Stored data entries
—————
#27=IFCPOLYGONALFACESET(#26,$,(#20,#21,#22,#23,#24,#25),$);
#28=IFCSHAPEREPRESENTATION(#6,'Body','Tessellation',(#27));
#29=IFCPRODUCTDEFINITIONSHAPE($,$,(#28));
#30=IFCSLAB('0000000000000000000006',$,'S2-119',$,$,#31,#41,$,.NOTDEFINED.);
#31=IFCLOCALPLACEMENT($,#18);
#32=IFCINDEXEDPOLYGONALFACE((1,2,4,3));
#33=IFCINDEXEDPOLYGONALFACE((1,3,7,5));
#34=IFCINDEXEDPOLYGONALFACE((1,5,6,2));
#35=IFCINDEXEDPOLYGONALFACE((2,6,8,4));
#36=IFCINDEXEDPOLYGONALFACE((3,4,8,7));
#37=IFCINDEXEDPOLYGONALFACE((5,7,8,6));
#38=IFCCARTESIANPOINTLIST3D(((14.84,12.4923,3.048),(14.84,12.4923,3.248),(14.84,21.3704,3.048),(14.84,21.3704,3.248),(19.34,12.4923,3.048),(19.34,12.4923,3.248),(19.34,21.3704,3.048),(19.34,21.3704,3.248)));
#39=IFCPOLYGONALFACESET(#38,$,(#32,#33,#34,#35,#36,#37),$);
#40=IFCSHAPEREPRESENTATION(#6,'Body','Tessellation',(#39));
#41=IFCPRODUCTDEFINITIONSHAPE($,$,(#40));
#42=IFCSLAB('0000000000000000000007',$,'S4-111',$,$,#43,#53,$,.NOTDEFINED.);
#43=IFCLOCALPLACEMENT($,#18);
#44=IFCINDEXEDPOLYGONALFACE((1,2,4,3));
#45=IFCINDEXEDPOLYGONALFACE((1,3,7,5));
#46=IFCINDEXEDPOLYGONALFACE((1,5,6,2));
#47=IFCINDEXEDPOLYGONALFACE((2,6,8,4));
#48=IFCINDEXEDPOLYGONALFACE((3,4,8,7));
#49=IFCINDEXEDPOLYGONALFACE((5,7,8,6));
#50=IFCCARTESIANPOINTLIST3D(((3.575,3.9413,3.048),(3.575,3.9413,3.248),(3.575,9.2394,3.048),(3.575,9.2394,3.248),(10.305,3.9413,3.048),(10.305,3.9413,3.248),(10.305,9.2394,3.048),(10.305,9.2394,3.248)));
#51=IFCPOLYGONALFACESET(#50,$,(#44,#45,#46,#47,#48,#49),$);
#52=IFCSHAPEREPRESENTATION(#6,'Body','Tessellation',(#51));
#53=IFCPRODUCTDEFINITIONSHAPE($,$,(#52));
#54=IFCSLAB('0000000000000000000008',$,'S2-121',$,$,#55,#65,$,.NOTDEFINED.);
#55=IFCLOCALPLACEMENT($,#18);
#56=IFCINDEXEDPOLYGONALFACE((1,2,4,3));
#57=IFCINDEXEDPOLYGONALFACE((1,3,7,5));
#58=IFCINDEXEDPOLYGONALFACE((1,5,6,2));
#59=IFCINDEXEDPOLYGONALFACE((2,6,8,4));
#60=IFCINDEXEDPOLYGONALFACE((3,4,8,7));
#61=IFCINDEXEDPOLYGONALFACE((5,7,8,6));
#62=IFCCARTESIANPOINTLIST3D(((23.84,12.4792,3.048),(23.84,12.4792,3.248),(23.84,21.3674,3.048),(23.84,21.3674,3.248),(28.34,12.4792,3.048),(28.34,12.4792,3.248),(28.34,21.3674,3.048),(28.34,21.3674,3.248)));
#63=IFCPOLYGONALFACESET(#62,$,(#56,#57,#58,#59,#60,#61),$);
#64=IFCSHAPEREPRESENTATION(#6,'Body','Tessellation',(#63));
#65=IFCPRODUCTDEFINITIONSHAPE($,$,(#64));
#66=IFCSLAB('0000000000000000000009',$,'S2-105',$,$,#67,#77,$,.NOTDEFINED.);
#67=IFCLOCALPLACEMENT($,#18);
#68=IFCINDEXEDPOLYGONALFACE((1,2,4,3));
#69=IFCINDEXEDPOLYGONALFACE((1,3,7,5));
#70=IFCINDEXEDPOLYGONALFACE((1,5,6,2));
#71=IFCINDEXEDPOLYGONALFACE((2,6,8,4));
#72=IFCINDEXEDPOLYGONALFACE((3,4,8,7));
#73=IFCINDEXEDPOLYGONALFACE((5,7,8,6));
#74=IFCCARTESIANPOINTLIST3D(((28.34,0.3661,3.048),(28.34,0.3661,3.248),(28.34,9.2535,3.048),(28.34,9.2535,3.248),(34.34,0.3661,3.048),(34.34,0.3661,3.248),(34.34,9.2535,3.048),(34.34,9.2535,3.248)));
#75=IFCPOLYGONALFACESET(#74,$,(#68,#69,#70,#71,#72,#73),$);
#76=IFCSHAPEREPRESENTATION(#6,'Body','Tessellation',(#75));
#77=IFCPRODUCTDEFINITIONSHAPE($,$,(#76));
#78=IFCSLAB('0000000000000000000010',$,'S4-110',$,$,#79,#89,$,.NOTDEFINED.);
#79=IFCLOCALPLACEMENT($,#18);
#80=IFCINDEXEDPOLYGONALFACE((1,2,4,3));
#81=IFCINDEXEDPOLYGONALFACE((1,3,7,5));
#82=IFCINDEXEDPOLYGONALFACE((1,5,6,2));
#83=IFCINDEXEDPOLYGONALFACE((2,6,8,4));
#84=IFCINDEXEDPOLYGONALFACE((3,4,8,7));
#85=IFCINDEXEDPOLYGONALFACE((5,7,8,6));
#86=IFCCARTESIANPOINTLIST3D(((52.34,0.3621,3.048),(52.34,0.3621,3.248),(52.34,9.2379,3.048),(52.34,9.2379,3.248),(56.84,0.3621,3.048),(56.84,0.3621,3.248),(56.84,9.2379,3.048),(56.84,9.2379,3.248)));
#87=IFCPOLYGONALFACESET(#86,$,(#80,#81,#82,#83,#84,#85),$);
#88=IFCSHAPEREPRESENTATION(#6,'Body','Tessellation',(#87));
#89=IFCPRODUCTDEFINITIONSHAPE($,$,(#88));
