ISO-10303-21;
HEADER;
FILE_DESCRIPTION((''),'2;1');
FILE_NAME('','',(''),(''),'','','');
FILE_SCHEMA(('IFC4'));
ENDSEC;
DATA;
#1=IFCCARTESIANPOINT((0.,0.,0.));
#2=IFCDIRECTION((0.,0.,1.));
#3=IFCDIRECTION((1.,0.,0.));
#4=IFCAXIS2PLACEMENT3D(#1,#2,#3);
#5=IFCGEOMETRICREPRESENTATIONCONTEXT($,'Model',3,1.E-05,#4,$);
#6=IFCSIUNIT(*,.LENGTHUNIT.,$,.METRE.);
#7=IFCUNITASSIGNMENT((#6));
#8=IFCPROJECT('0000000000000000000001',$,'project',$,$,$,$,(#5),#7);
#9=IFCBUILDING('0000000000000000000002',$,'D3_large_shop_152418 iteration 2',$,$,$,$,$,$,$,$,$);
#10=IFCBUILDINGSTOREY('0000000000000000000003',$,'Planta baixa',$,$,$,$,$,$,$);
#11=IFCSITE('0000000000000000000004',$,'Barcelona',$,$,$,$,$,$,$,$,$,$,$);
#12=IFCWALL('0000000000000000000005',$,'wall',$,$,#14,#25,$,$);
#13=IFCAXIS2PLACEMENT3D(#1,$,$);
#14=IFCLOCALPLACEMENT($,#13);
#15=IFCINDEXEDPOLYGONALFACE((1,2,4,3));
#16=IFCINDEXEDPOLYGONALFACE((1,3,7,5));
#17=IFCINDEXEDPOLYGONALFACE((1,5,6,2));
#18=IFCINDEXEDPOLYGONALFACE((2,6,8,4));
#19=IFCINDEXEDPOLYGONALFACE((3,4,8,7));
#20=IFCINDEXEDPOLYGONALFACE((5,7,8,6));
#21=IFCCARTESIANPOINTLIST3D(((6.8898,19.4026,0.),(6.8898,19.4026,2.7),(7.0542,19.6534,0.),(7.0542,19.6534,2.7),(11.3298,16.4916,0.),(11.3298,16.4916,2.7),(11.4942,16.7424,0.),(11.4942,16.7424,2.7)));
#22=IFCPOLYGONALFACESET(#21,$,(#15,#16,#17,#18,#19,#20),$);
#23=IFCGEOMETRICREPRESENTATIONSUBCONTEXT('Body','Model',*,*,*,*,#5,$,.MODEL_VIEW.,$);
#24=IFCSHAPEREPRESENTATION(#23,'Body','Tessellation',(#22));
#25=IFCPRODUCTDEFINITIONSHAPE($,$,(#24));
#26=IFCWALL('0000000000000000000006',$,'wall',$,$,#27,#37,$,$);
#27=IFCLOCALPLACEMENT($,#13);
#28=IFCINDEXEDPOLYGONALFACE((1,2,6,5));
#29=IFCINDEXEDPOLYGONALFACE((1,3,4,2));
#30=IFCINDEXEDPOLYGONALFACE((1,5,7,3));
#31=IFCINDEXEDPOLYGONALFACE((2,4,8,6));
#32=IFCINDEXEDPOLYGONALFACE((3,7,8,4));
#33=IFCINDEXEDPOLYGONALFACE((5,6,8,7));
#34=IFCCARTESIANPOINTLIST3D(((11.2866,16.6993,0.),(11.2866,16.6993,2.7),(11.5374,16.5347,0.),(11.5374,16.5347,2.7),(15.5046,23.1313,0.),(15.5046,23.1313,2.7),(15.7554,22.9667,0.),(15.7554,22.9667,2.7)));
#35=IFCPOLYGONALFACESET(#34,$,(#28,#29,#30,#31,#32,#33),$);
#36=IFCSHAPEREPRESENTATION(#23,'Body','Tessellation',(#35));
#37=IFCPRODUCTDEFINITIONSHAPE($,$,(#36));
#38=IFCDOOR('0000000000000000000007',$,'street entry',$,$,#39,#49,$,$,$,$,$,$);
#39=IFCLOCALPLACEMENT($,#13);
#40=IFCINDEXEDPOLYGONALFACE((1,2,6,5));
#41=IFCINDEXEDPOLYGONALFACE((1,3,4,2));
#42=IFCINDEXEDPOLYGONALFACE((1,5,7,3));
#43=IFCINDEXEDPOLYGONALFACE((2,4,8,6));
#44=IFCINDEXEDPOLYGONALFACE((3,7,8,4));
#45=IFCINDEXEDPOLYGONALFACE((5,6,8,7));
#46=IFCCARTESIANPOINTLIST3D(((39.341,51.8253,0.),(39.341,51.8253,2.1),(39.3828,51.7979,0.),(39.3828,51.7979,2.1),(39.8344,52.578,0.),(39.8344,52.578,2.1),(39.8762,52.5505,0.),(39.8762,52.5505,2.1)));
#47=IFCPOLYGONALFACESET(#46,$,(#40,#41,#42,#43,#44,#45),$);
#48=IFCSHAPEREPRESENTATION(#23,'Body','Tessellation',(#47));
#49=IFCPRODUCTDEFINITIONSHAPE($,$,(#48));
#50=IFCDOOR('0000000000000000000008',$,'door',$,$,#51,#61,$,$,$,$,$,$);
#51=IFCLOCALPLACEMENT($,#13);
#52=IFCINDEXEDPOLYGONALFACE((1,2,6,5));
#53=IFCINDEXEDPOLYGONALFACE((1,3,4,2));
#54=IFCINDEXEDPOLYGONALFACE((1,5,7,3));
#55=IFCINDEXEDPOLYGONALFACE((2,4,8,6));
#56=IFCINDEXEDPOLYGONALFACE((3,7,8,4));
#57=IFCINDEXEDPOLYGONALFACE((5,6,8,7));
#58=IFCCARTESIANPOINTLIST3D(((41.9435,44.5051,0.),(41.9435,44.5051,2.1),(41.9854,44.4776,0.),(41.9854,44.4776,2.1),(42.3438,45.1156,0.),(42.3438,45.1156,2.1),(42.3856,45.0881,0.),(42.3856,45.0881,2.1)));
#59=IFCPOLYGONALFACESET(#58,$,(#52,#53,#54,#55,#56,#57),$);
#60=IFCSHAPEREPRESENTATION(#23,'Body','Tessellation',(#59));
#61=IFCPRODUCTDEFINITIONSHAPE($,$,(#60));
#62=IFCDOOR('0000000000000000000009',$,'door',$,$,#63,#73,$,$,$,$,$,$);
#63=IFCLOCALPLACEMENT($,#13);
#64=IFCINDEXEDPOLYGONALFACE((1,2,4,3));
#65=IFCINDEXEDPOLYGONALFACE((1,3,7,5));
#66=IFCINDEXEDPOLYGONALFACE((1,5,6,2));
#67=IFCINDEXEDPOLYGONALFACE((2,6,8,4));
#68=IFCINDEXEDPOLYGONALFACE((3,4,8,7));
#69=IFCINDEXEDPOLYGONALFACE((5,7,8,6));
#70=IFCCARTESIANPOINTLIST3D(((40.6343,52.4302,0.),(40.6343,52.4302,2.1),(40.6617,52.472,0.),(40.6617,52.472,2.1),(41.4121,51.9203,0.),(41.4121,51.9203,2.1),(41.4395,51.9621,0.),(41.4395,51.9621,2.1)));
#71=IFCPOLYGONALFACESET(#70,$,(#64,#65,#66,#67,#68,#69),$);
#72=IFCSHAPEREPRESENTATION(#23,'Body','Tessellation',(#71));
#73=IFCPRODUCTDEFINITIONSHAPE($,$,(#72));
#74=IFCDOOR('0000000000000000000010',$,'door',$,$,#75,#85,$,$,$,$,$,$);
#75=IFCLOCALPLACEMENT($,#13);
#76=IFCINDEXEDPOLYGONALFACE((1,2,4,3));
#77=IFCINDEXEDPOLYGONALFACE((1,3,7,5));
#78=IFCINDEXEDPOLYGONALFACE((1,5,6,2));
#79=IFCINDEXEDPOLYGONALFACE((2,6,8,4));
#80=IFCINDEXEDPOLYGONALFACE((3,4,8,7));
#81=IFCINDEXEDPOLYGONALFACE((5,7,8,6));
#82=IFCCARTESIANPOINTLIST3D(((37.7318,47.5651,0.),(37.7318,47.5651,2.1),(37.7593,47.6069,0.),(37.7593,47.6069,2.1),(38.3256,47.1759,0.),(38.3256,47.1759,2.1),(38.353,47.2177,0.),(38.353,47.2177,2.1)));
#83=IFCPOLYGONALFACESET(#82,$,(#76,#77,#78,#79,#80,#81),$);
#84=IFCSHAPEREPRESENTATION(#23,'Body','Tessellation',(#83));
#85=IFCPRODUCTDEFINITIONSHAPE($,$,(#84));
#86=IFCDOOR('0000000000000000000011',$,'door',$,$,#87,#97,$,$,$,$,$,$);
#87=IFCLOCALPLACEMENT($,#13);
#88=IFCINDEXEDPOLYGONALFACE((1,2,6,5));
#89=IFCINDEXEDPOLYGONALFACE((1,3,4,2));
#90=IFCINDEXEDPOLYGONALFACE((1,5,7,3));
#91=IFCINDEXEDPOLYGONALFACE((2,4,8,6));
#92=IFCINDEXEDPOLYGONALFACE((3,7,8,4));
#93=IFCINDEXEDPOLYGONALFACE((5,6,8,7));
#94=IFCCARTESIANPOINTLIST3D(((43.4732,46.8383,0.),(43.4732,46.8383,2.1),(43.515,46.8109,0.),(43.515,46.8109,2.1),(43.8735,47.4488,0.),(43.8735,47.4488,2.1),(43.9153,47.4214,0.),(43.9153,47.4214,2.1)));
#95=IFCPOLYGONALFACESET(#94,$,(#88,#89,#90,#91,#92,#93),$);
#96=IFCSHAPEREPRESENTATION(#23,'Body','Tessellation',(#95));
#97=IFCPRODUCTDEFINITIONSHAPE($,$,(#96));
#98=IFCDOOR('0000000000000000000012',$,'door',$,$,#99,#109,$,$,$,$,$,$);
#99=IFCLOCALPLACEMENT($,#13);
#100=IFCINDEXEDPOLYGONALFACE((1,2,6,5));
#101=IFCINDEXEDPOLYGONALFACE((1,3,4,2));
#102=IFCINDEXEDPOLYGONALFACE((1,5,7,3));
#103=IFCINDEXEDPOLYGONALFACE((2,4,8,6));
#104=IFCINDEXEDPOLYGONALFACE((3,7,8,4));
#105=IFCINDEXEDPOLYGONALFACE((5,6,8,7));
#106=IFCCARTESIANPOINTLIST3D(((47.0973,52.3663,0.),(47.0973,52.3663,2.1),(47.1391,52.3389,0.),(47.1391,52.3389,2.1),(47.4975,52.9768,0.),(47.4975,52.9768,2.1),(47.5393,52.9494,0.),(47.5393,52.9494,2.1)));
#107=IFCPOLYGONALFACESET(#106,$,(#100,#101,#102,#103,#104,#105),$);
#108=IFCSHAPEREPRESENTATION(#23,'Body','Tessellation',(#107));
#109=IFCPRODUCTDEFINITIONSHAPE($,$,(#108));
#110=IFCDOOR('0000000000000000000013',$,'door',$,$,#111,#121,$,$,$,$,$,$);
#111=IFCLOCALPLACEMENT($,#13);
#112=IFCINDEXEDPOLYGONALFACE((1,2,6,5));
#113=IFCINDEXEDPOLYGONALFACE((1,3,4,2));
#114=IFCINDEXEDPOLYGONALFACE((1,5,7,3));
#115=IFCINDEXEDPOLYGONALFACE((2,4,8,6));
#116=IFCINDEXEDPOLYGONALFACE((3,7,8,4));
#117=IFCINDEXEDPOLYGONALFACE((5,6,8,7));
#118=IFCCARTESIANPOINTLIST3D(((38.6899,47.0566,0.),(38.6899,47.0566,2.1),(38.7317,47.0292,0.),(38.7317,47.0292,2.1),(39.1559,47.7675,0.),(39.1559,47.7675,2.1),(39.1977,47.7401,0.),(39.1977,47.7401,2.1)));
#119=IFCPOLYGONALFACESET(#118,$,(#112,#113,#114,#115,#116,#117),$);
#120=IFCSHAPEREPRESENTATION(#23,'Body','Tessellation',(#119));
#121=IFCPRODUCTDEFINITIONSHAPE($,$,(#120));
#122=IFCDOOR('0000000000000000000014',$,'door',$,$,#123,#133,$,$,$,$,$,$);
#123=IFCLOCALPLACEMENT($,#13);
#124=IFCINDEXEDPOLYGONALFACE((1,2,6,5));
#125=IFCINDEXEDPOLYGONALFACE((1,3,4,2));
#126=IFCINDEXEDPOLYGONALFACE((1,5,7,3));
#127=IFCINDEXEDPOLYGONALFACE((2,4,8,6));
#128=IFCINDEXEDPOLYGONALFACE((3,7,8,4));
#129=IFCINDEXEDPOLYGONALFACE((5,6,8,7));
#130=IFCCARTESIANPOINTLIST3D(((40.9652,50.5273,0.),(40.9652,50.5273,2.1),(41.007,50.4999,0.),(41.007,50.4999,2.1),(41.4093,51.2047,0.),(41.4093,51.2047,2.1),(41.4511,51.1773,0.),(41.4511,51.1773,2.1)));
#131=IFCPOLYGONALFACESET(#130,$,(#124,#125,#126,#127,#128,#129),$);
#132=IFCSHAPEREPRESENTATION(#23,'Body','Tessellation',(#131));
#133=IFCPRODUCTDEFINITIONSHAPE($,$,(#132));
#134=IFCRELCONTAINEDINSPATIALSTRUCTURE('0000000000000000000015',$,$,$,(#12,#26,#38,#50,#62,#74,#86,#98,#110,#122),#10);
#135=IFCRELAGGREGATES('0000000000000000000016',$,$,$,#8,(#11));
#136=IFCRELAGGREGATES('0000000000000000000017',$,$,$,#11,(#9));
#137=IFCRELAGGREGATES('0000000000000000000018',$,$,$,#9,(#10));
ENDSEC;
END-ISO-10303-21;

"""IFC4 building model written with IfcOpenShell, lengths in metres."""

from ifc_helpers import new_model, si_unit, origin, origin_with_axes, place, context, subcontext, project, spatial, polyline, outline, extrude, element, save


model = new_model("IFC4")

# Units and contexts
model_context = context("Model", 3, precision=1e-05, world=origin_with_axes())
body_context = subcontext(model_context, "Body", "Model", "MODEL_VIEW")
ifc_project = project(units=[si_unit("LENGTHUNIT", "METRE")], contexts=[model_context])

# Site, building, storey
site = spatial("IfcSite", under=ifc_project, Name="Barcelona")
building = spatial("IfcBuilding", under=site, Name="D3_large_shop_152418 iteration 2")
storey = spatial("IfcBuildingStorey", under=building, Name="Planta baixa")

# Walls
wall_1_placement = place(None, origin_with_axes())
element("IfcWall", 1, at=wall_1_placement, inside=storey, Name="wall", context=body_context, shape_type="SweptSolid", body=[
    extrude(outline(polyline([(7.0542, 19.6534), (11.4942, 16.7424), (11.3298, 16.4916), (6.8898, 19.4026), (7.0542, 19.6534)])), origin(), (0.0, 0.0, 1.0), 2.7),
])
wall_2_placement = place(None, origin_with_axes())
element("IfcWall", 2, at=wall_2_placement, inside=storey, Name="wall", context=body_context, shape_type="SweptSolid", body=[
    extrude(outline(polyline([(11.2866, 16.6993), (15.5046, 23.1313), (15.7554, 22.9667), (11.5374, 16.5347), (11.2866, 16.6993)])), origin(), (0.0, 0.0, 1.0), 2.7),
])

# Doors
door_1_placement = place(None, origin_with_axes())
element("IfcDoor", 3, at=door_1_placement, inside=storey, Name="street entry", context=body_context, shape_type="SweptSolid", body=[
    extrude(outline(polyline([(39.8762, 52.5505), (39.3828, 51.7979), (39.341, 51.8253), (39.8344, 52.578), (39.8762, 52.5505)])), origin(), (0.0, 0.0, 1.0), 2.1),
])
door_2_placement = place(None, origin_with_axes())
element("IfcDoor", 4, at=door_2_placement, inside=storey, Name="door", context=body_context, shape_type="SweptSolid", body=[
    extrude(outline(polyline([(41.9435, 44.5051), (42.3438, 45.1156), (42.3856, 45.0881), (41.9854, 44.4776), (41.9435, 44.5051)])), origin(), (0.0, 0.0, 1.0), 2.1),
])
door_3_placement = place(None, origin_with_axes())
element("IfcDoor", 5, at=door_3_placement, inside=storey, Name="door", context=body_context, shape_type="SweptSolid", body=[
    extrude(outline(polyline([(40.6617, 52.472), (41.4395, 51.9621), (41.4121, 51.9203), (40.6343, 52.4302), (40.6617, 52.472)])), origin(), (0.0, 0.0, 1.0), 2.1),
])
door_4_placement = place(None, origin_with_axes())
element("IfcDoor", 6, at=door_4_placement, inside=storey, Name="door", context=body_context, shape_type="SweptSolid", body=[
    extrude(outline(polyline([(37.7593, 47.6069), (38.353, 47.2177), (38.3256, 47.1759), (37.7318, 47.5651), (37.7593, 47.6069)])), origin(), (0.0, 0.0, 1.0), 2.1),
])
door_5_placement = place(None, origin_with_axes())
element("IfcDoor", 7, at=door_5_placement, inside=storey, Name="door", context=body_context, shape_type="SweptSolid", body=[
    extrude(outline(polyline([(43.4732, 46.8383), (43.8735, 47.4488), (43.9153, 47.4214), (43.515, 46.8109), (43.4732, 46.8383)])), origin(), (0.0, 0.0, 1.0), 2.1),
])
door_6_placement = place(None, origin_with_axes())
element("IfcDoor", 8, at=door_6_placement, inside=storey, Name="door", context=body_context, shape_type="SweptSolid", body=[
    extrude(outline(polyline([(47.5393, 52.9494), (47.1391, 52.3389), (47.0973, 52.3663), (47.4975, 52.9768), (47.5393, 52.9494)])), origin(), (0.0, 0.0, 1.0), 2.1),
—————
▶ **Work task**: Word for word, restate the lines above from the line containing "#89=IFCINDEXEDPOLYGONALFACE((1,3,4,2));" through the line containing "#109=IFCPRODUCTDEFINITIONSHAPE($,$,(#108));", with both included and nothing else.

▶ **Task output**:
#89=IFCINDEXEDPOLYGONALFACE((1,3,4,2));
#90=IFCINDEXEDPOLYGONALFACE((1,5,7,3));
#91=IFCINDEXEDPOLYGONALFACE((2,4,8,6));
#92=IFCINDEXEDPOLYGONALFACE((3,7,8,4));
#93=IFCINDEXEDPOLYGONALFACE((5,6,8,7));
#94=IFCCARTESIANPOINTLIST3D(((43.4732,46.8383,0.),(43.4732,46.8383,2.1),(43.515,46.8109,0.),(43.515,46.8109,2.1),(43.8735,47.4488,0.),(43.8735,47.4488,2.1),(43.9153,47.4214,0.),(43.9153,47.4214,2.1)));
#95=IFCPOLYGONALFACESET(#94,$,(#88,#89,#90,#91,#92,#93),$);
#96=IFCSHAPEREPRESENTATION(#23,'Body','Tessellation',(#95));
#97=IFCPRODUCTDEFINITIONSHAPE($,$,(#96));
#98=IFCDOOR('0000000000000000000012',$,'door',$,$,#99,#109,$,$,$,$,$,$);
#99=IFCLOCALPLACEMENT($,#13);
#100=IFCINDEXEDPOLYGONALFACE((1,2,6,5));
#101=IFCINDEXEDPOLYGONALFACE((1,3,4,2));
#102=IFCINDEXEDPOLYGONALFACE((1,5,7,3));
#103=IFCINDEXEDPOLYGONALFACE((2,4,8,6));
#104=IFCINDEXEDPOLYGONALFACE((3,7,8,4));
#105=IFCINDEXEDPOLYGONALFACE((5,6,8,7));
#106=IFCCARTESIANPOINTLIST3D(((47.0973,52.3663,0.),(47.0973,52.3663,2.1),(47.1391,52.3389,0.),(47.1391,52.3389,2.1),(47.4975,52.9768,0.),(47.4975,52.9768,2.1),(47.5393,52.9494,0.),(47.5393,52.9494,2.1)));
#107=IFCPOLYGONALFACESET(#106,$,(#100,#101,#102,#103,#104,#105),$);
#108=IFCSHAPEREPRESENTATION(#23,'Body','Tessellation',(#107));
#109=IFCPRODUCTDEFINITIONSHAPE($,$,(#108));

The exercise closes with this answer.